Building a Perspective Kiosk on Seeed Reterminal-DM (or any RPI-4 based system)

Just thought I would chuck a little guide together to get a working Perspective Kiosk on simple Raspberry Pi 4 Hardware.

Main Features:

  • Webkit Browser Engine: supported by Ignition as part of Safari compatibility.

  • Full Kiosk Mode: No desktop OS on this system, no other apps, no way to exit.

  • Hardware Acceleration: Panel PC hardware supported by linux is able to be utilised.

  • On Screen Keyboard: Critical missing piece of 99% of similar attempts. Auto opens and closes with focus on text entry elements.

  • Auto-Boot: System Boots on power on, no login and ready to go in 25seconds.

  • Auto Network Refresh: The system will refresh the page automatically when a network change is detected.

  • No Menus: No interface items at all besides the rendered webpage.

  • Touchscreen Support: Any touchscreen that works in linux is usable.

I have built and tested this on the Seeed Studios ReTerminal-DM, which is a $700AUD 10.1" Raspberry Pi Compute Module 4 based panel computer.

This guide assumes you are able to work out simple tasks like setting an IP and editing a text file on linux.
Use this at own risk.

Installing Raspbian

Install a copy of the latest version of (6.1.21 or higher) Raspbian Lite OS, follow the manufacturer guide for your device, for me, I followed:

*If you have the ReTerminal-DM, don’t do the touchscreen orientation section.

** Critical steps here - Enable SSH, Set a username and password.

This should get you set up with a Pi that boots to a console login page with the username and password that you chose when uploading the image.

Setting Up the Kiosk

Log in to this console with SSH, this is now your base for all the commands on the unit.

Enter the following into the terminal:

$ sudo apt update

$ sudo apt install snapd

You will also need to reboot your device. This can be accomplished from the terminal (and from the desktop), but make sure you save any open documents first:

$ sudo reboot

After this, install the core snap in order to get the latest snapd.

$ sudo snap install core

core 16-2.45.2 from Canonicalâś“ installed

Now install Ubuntu Frame with the following command:

$ sudo snap install ubuntu-frame

On Raspbian, Ubuntu Frame does not start by default. To change this default run the following command:

$ sudo snap set ubuntu-frame daemon=true

Now install wpe-webkit-mir-kiosk:

$ sudo snap install wpe-webkit-mir-kiosk

Now we connect it to the display server:

$ sudo snap connect wpe-webkit-mir-kiosk:wayland

As per above, on Raspbian, wpe-webkit-mir-kiosk does not start by default. To change this default run the following command:

$ sudo snap set wpe-webkit-mir-kiosk daemon=true

Now we set the target url for your perspective session, which here is the demo ignition on IA web server.

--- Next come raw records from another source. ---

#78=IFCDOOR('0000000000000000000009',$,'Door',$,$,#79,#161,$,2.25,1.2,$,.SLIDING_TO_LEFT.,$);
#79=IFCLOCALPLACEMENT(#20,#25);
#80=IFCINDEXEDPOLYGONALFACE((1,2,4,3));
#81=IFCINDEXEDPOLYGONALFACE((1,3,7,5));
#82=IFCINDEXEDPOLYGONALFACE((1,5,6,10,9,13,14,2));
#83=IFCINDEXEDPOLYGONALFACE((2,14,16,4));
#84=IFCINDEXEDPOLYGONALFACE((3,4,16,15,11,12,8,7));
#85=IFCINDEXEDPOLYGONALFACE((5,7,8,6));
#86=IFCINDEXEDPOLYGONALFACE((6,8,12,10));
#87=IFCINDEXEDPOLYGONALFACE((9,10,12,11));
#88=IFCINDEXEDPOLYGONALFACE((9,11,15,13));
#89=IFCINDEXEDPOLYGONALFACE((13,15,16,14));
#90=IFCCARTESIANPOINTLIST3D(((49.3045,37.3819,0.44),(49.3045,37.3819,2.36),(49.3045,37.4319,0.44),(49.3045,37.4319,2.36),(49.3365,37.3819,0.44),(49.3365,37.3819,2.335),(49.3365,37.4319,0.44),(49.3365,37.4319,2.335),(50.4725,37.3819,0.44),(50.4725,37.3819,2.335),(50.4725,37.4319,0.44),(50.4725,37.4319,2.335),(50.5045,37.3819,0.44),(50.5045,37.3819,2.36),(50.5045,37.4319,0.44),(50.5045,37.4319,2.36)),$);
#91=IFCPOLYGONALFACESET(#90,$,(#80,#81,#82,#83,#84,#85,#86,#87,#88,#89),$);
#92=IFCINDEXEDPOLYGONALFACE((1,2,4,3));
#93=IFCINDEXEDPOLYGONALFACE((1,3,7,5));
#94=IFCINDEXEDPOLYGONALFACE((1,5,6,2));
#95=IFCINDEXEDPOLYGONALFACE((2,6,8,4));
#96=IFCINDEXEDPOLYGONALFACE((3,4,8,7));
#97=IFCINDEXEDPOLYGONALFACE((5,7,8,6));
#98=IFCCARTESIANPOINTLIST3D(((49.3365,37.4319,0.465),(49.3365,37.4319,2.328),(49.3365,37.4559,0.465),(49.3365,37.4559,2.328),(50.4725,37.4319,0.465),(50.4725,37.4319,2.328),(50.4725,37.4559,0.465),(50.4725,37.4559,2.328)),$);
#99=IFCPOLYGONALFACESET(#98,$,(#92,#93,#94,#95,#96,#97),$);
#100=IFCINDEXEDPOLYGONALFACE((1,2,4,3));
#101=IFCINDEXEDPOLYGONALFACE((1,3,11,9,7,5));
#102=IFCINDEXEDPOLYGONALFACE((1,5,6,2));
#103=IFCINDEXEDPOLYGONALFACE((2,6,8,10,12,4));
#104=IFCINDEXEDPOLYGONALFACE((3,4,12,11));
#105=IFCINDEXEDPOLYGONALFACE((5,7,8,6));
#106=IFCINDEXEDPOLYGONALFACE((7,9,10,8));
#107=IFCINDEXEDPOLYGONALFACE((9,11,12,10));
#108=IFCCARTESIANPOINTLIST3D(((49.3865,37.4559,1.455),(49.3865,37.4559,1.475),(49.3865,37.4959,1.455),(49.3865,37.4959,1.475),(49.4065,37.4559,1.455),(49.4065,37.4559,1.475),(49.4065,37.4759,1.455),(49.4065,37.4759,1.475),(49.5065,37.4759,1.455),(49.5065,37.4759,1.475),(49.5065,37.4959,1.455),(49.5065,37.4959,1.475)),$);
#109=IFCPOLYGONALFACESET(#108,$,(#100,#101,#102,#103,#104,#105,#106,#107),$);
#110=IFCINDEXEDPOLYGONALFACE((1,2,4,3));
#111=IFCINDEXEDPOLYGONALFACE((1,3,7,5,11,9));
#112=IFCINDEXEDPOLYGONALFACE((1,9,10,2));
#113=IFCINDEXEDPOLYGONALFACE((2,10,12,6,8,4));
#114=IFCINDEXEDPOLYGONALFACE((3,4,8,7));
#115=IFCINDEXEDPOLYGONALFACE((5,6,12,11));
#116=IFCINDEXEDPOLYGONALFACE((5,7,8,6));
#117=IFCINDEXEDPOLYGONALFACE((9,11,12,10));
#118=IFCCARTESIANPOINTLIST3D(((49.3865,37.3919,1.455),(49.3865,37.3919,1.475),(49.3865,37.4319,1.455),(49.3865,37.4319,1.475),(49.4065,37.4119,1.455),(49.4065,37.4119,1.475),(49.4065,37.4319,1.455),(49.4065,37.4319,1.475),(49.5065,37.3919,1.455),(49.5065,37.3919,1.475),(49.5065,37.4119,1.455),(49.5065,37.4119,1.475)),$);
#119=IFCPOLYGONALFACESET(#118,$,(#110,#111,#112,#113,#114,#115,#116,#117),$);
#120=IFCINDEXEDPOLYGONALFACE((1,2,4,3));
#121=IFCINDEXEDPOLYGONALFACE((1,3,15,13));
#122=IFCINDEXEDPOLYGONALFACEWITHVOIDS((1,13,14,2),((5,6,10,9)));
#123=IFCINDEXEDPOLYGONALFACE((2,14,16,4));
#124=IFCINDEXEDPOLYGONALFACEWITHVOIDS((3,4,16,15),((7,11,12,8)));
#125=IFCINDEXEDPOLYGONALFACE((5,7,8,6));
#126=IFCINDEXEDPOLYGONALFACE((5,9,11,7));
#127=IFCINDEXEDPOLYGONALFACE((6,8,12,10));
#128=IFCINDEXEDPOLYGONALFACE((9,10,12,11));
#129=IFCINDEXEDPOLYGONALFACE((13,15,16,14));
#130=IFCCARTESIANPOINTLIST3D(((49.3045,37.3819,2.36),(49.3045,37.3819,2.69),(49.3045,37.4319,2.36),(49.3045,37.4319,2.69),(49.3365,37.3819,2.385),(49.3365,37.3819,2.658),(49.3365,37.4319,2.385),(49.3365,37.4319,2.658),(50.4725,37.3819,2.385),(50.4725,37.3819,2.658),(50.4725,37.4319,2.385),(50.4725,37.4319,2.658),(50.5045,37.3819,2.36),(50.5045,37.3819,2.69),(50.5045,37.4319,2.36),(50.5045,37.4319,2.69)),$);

$ sudo snap set wpe-webkit-mir-kiosk url=http://demo.inductiveautomation.com

Now start the service:

$ sudo snap start wpe-webkit-mir-kiosk

You should now see on screen the perspective session you linked to.

On Screen Keyboard

Next we configure the On Screen Keyboard:

$ sudo snap install ubuntu-frame-osk

Make sure it’s connected to the display server interface:

$ snap connect ubuntu-frame-osk:wayland

And make it a service:

$ sudo snap **set** ubuntu-frame-osk daemon=true

You can switch between light and dark mode with the theme option:

$ sudo snap set ubuntu-frame-osk theme=dark

$ sudo snap set ubuntu-frame-osk theme=light

Now we have a working system on the screen, and if you have a working touchscreen, it should be able to interact with the session as normal.

Cosmetic Fixes

On my system, the LCD was set up in portrait orientation, which is not the install direction for the unit, so to fix this we open up some settings.

$ sudo nano /boot/cmdline.txt

Use the arrow keys to navigate to the end of the line and add the following:

fbcon:rotate=1

Then we save and exit the file (+W , Y , )

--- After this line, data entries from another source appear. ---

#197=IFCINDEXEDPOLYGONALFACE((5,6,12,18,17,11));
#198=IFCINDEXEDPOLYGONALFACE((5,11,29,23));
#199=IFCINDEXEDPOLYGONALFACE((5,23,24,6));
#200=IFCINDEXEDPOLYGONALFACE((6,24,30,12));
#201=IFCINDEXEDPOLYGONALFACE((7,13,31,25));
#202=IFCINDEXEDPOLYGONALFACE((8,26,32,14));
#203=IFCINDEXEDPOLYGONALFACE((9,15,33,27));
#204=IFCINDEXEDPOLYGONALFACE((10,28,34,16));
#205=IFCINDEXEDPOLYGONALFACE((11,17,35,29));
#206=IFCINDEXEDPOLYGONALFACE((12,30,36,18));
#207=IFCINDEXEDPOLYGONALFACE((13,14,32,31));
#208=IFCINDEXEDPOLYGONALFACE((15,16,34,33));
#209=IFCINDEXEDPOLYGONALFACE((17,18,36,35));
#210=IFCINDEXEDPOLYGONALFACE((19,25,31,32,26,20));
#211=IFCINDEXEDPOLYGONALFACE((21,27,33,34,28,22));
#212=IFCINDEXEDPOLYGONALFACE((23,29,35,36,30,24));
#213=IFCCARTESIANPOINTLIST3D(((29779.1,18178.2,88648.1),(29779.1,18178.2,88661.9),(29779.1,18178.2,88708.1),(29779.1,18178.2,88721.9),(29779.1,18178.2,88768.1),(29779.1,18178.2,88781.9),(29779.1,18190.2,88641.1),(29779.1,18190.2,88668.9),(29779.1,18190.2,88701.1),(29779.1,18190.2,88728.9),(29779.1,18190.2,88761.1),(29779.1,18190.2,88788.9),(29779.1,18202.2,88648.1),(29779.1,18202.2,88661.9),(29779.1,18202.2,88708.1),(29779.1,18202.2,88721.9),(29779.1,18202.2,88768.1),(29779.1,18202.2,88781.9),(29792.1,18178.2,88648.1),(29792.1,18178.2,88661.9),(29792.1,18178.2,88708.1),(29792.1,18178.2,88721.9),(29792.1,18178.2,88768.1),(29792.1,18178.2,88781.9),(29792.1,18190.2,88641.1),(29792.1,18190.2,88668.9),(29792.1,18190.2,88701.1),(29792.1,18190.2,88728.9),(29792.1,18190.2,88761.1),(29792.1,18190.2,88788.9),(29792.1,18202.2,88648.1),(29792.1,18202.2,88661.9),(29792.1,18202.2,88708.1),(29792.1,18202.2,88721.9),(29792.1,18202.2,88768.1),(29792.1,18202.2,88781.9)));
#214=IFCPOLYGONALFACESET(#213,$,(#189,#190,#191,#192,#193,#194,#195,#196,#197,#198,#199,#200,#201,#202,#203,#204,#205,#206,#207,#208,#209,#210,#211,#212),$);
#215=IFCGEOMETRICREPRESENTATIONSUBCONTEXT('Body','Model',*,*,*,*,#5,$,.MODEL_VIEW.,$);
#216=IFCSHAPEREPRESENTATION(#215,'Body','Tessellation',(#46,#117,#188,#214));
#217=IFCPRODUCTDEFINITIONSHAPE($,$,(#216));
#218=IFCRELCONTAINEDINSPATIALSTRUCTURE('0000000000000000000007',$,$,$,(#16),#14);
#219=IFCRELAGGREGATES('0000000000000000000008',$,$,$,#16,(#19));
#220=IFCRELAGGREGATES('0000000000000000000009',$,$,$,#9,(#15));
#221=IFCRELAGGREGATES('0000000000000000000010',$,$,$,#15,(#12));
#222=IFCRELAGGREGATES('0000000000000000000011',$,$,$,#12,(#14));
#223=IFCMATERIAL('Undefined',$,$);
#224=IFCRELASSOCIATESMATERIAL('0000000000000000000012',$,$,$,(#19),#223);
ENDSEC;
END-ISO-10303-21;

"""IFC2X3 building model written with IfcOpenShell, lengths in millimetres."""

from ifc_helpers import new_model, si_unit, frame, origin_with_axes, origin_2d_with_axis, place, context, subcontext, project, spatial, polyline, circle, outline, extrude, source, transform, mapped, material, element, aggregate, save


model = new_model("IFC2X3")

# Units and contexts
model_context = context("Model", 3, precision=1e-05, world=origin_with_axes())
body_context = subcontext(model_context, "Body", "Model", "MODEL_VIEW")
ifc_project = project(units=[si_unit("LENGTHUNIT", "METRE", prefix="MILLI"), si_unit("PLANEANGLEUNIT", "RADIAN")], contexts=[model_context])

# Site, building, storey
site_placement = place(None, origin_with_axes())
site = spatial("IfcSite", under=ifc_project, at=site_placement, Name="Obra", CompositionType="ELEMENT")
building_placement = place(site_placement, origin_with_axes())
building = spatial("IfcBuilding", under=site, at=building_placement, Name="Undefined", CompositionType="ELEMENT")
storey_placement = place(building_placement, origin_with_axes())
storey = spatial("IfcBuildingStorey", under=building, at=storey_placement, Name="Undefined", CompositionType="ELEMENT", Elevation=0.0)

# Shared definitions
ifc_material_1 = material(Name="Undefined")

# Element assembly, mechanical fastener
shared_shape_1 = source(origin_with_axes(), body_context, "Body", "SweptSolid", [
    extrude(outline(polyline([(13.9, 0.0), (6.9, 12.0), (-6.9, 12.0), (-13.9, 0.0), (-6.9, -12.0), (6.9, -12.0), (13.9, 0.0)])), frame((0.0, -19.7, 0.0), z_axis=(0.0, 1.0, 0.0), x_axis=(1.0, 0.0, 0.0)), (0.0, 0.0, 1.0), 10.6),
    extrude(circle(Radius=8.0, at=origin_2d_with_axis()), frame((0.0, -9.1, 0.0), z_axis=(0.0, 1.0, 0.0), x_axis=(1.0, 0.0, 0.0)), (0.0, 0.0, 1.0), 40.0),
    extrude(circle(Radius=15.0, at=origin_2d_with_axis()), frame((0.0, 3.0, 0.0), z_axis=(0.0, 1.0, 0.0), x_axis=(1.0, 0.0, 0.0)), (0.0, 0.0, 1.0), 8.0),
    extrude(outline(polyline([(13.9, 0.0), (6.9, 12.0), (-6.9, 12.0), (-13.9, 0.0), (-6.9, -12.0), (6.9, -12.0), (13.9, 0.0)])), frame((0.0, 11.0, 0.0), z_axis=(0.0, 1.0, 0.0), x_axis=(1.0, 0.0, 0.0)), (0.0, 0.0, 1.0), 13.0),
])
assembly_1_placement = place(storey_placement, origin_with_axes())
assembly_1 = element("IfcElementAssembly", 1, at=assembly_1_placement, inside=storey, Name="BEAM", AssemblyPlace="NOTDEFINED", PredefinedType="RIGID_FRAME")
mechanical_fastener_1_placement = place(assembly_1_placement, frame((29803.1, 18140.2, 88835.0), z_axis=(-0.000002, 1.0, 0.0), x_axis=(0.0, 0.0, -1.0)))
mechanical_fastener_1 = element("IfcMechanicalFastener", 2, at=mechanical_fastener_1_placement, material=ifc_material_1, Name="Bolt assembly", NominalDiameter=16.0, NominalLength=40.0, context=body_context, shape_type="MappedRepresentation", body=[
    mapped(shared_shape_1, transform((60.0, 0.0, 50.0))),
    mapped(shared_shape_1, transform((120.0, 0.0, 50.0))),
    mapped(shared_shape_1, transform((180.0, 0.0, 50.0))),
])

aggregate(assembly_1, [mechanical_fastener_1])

(1 = Rotate Clockwise 90 degrees, 2 = 180, 3 = 270)

$ sudo reboot

Now your Pi should boot and display the screen in the right orientation.

You may notice that the system will always boot to a browser error saying “dns resolution failed”, This is because the system boots up and starts the browser before the network interface is connected and online.

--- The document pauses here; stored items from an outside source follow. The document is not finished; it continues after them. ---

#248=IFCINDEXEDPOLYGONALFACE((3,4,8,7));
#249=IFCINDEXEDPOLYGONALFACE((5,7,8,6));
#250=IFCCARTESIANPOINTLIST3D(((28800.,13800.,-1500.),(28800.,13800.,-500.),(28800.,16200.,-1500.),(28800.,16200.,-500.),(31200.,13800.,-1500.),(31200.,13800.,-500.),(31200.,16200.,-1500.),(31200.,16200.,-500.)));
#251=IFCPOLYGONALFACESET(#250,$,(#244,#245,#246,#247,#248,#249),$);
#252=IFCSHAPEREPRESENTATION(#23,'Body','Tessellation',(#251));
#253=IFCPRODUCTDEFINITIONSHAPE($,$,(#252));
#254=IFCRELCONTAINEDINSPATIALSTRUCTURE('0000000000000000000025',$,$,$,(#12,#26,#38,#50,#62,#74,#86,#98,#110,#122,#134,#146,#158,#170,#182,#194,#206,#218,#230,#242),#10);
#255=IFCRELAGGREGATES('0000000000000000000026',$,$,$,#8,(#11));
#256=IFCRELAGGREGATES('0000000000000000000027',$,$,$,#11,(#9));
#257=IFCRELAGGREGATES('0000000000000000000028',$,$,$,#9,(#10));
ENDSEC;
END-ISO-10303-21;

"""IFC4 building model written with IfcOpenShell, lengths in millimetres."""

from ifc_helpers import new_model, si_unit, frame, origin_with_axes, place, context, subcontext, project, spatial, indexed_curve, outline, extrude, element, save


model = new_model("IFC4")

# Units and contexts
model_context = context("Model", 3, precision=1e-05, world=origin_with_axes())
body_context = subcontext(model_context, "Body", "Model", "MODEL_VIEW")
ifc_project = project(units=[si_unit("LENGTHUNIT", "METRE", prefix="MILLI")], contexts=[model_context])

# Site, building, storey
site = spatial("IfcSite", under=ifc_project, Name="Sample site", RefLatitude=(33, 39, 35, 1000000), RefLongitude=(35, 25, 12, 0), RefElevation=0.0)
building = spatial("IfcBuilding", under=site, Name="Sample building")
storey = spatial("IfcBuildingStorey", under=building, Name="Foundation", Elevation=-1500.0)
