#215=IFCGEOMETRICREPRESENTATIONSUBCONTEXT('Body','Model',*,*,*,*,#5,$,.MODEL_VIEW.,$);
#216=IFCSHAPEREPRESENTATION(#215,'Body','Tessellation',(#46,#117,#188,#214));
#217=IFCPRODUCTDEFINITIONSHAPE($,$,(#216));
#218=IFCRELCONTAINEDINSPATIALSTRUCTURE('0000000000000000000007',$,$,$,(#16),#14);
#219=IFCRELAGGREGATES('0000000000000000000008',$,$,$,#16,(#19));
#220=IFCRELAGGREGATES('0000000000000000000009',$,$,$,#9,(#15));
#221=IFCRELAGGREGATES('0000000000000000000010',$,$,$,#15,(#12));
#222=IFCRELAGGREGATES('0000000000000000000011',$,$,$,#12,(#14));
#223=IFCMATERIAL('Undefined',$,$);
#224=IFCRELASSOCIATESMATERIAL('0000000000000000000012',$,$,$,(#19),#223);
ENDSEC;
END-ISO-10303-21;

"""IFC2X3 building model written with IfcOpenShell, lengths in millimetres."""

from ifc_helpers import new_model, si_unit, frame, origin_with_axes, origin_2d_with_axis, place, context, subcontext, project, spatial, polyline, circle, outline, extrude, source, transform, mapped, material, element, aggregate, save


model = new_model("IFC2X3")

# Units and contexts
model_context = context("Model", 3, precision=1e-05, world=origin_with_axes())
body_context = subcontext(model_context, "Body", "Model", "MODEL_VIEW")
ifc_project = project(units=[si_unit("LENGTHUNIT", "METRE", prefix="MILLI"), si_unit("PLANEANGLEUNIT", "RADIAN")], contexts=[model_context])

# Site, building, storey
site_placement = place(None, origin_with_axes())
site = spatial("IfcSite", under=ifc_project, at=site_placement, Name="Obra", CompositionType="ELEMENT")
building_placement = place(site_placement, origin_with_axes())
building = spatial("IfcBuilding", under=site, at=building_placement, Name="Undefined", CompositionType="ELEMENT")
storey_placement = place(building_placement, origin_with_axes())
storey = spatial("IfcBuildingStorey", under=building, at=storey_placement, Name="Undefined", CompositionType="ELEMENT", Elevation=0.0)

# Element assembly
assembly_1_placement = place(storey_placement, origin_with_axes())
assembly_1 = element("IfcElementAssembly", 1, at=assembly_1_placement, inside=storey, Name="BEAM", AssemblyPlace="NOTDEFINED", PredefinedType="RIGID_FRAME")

To fix this, we do a little hack fix (There is likely a nice way to do this, but this works if a little messy).

$sudo nano /lib/dhcpd/hooks/01-Test

Now we add at the bottom of the file the following:


if [ $reason = “BOUND”] || [ $reason = “STATIC”];
then
    snap set wpe-webkit-mir-kiosk url=https://demo.inductiveautomation.com
fi

This effectively reloads the url every time the network either gets a new DHCP address or is configured with a Static IP, which happen every time you reconnect a network.

I have a bunch of other tweaks figured out, but this should get you started pretty well.

Limitations

One note of warning though, the Raspberry Pi has very limited processing power, and you will need to build any pages you want to display fairly well and follow the optimisation tips in the forum to keep your loading times down to a reasonable time.

I can see a bunch of people on Maker Edition using this for simple projects, and that is probably the best use of limited hardware like this.

14 Likes

i follow this path, but on a full installation of ubuntu. everything seems to be working. Except the dragging of popup. Popup move for a few pixels and then just stop. This was tested on multiple hardware (Capacitive, resistive screen) various compute unit and we still get the same behavior. Dragging popup with a mouse works perfectly. Do you see such behavior at your side ?

I think this is something around the way the touchscreen is handling a click and drag touch event. There may be some modes in either Wayland or the mir-kiosk system that can work on it, they have a pretty active github issue tracker for both.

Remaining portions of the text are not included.